DATA SHOWN START

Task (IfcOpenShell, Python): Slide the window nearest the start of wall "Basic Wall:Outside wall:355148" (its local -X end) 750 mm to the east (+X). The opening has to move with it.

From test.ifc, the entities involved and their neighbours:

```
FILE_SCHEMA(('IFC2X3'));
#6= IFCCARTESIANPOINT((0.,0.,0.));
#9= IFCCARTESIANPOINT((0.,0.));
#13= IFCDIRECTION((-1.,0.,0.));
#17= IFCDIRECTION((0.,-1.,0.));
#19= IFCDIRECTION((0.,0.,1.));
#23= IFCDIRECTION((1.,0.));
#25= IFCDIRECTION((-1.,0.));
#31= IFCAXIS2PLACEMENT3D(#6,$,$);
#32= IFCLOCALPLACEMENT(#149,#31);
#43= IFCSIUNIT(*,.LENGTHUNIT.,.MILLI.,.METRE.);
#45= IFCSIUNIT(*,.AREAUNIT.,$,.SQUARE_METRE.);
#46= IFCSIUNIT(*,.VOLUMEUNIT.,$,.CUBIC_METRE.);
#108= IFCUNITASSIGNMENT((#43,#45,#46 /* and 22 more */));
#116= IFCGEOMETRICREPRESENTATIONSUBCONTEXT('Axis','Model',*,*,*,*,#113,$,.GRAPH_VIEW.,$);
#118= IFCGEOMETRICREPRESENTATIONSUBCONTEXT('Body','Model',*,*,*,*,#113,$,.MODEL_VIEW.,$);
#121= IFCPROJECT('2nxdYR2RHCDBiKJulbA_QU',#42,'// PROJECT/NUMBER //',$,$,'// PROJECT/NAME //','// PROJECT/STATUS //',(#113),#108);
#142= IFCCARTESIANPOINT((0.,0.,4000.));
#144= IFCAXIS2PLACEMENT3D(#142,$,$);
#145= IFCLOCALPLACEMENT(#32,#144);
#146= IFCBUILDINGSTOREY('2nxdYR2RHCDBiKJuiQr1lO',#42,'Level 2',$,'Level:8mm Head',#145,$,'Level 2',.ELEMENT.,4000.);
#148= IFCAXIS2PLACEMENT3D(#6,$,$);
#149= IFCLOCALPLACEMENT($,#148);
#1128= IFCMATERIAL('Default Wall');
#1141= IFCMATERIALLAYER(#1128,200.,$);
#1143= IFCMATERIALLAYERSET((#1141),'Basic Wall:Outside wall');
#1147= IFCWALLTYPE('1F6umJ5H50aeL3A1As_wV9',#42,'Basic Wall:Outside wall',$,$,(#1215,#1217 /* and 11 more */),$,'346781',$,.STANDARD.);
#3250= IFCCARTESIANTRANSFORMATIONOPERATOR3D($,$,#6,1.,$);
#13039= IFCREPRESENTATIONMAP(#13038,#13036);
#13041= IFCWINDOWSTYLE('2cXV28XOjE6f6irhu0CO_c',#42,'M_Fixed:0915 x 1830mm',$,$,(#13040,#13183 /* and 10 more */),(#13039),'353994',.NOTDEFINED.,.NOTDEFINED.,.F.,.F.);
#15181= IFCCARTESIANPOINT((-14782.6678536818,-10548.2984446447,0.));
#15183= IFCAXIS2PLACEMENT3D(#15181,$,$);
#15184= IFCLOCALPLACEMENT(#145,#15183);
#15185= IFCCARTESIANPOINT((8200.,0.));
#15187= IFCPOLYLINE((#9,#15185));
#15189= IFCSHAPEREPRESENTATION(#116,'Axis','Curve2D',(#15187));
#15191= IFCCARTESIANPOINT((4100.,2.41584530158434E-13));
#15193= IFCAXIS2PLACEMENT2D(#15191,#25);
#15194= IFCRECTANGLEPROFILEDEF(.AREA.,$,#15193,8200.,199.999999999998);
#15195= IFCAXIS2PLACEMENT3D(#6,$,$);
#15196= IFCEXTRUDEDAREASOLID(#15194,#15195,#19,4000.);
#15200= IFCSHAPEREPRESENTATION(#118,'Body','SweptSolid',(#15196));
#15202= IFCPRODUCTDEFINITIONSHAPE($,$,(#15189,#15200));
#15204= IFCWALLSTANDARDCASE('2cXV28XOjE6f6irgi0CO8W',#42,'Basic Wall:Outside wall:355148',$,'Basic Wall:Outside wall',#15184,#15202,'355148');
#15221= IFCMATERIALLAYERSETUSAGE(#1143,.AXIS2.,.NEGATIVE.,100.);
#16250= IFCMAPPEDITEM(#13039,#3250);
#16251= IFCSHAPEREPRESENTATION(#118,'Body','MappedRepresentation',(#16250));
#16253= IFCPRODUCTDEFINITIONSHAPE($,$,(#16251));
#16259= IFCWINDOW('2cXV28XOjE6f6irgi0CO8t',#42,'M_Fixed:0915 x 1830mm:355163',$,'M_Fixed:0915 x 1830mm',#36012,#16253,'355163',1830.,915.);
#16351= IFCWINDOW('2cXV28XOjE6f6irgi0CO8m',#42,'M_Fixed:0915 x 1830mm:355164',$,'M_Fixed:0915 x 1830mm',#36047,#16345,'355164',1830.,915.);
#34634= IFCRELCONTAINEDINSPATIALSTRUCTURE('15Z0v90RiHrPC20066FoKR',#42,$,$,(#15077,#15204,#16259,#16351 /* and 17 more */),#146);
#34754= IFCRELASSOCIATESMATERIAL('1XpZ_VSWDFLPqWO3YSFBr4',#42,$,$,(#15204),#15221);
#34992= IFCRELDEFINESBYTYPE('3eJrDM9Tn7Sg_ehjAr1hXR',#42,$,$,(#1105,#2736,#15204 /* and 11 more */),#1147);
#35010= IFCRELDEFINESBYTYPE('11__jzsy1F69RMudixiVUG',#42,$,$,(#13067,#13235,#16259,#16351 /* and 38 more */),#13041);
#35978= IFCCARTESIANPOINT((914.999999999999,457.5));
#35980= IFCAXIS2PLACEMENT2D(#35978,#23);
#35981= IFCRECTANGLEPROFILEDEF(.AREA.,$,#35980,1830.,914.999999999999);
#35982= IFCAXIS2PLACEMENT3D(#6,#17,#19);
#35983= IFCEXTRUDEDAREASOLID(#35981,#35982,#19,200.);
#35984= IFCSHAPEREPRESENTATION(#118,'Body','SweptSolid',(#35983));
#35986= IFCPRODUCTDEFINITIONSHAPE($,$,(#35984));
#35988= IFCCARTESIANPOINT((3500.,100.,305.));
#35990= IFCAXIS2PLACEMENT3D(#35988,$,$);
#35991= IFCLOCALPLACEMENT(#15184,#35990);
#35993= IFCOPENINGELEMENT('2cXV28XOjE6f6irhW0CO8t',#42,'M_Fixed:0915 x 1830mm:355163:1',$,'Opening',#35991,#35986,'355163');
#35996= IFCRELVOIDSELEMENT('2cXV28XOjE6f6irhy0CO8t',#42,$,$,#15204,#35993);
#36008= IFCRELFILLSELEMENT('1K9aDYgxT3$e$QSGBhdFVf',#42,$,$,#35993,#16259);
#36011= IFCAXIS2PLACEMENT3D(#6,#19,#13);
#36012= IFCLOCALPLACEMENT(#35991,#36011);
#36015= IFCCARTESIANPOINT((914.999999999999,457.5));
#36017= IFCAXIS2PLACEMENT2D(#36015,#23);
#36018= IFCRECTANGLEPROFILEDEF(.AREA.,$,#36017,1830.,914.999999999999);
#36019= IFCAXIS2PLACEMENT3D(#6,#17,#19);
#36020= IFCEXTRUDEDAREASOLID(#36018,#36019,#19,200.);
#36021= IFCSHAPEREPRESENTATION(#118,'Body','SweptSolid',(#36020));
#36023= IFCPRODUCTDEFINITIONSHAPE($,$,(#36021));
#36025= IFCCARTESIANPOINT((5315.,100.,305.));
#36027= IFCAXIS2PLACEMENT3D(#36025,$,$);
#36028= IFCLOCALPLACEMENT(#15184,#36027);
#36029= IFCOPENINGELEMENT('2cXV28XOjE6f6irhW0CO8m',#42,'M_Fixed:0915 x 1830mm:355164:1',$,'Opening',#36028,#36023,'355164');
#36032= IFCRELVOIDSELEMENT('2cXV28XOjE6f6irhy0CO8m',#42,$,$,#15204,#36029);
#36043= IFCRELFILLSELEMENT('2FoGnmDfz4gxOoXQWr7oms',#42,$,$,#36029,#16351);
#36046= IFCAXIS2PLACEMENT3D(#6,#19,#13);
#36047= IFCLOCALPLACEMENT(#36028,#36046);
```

```python
import ifcopenshell
import ifcopenshell.api.geometry
import ifcopenshell.util.placement
import ifcopenshell.util.unit

model = ifcopenshell.open("test.ifc")
unit_scale = ifcopenshell.util.unit.calculate_unit_scale(model)

window = model.by_guid("2cXV28XOjE6f6irgi0CO8t")
opening = window.FillsVoids[0].RelatingOpeningElement
wall = opening.VoidsElements[0].RelatingBuildingElement

wall_matrix = ifcopenshell.util.placement.get_local_placement(wall.ObjectPlacement)
shift = wall_matrix[:3, 0] * 0.75 / unit_scale
before = ifcopenshell.util.placement.get_local_placement(window.ObjectPlacement)[:3, 3].copy()

# The window is placed relative to its opening, so it follows when the opening moves.
matrix = ifcopenshell.util.placement.get_local_placement(opening.ObjectPlacement)
matrix[:3, 3] += shift
ifcopenshell.api.geometry.edit_object_placement(
    model, product=opening, matrix=matrix, is_si=False, should_transform_children=True
)

after = ifcopenshell.util.placement.get_local_placement(window.ObjectPlacement)[:3, 3]
print("window moved by", (after - before).round(3) + 0.0)

model.write("test-out.ifc")
```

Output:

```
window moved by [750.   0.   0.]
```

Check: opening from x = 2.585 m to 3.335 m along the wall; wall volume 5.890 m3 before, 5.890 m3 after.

DATA SHOWN END

■ **EXERCISE DIRECTIONS**
Which lines above include the word "more"? Show each one.

■ **RESULT BELOW**
#108= IFCUNITASSIGNMENT((#43,#45,#46 /* and 22 more */));
#1147= IFCWALLTYPE('1F6umJ5H50aeL3A1As_wV9',#42,'Basic Wall:Outside wall',$,$,(#1215,#1217 /* and 11 more */),$,'346781',$,.STANDARD.);
#13041= IFCWINDOWSTYLE('2cXV28XOjE6f6irhu0CO_c',#42,'M_Fixed:0915 x 1830mm',$,$,(#13040,#13183 /* and 10 more */),(#13039),'353994',.NOTDEFINED.,.NOTDEFINED.,.F.,.F.);
#34634= IFCRELCONTAINEDINSPATIALSTRUCTURE('15Z0v90RiHrPC20066FoKR',#42,$,$,(#15077,#15204,#16259,#16351 /* and 17 more */),#146);
#34992= IFCRELDEFINESBYTYPE('3eJrDM9Tn7Sg_ehjAr1hXR',#42,$,$,(#1105,#2736,#15204 /* and 11 more */),#1147);
#35010= IFCRELDEFINESBYTYPE('11__jzsy1F69RMudixiVUG',#42,$,$,(#13067,#13235,#16259,#16351 /* and 38 more */),#13041);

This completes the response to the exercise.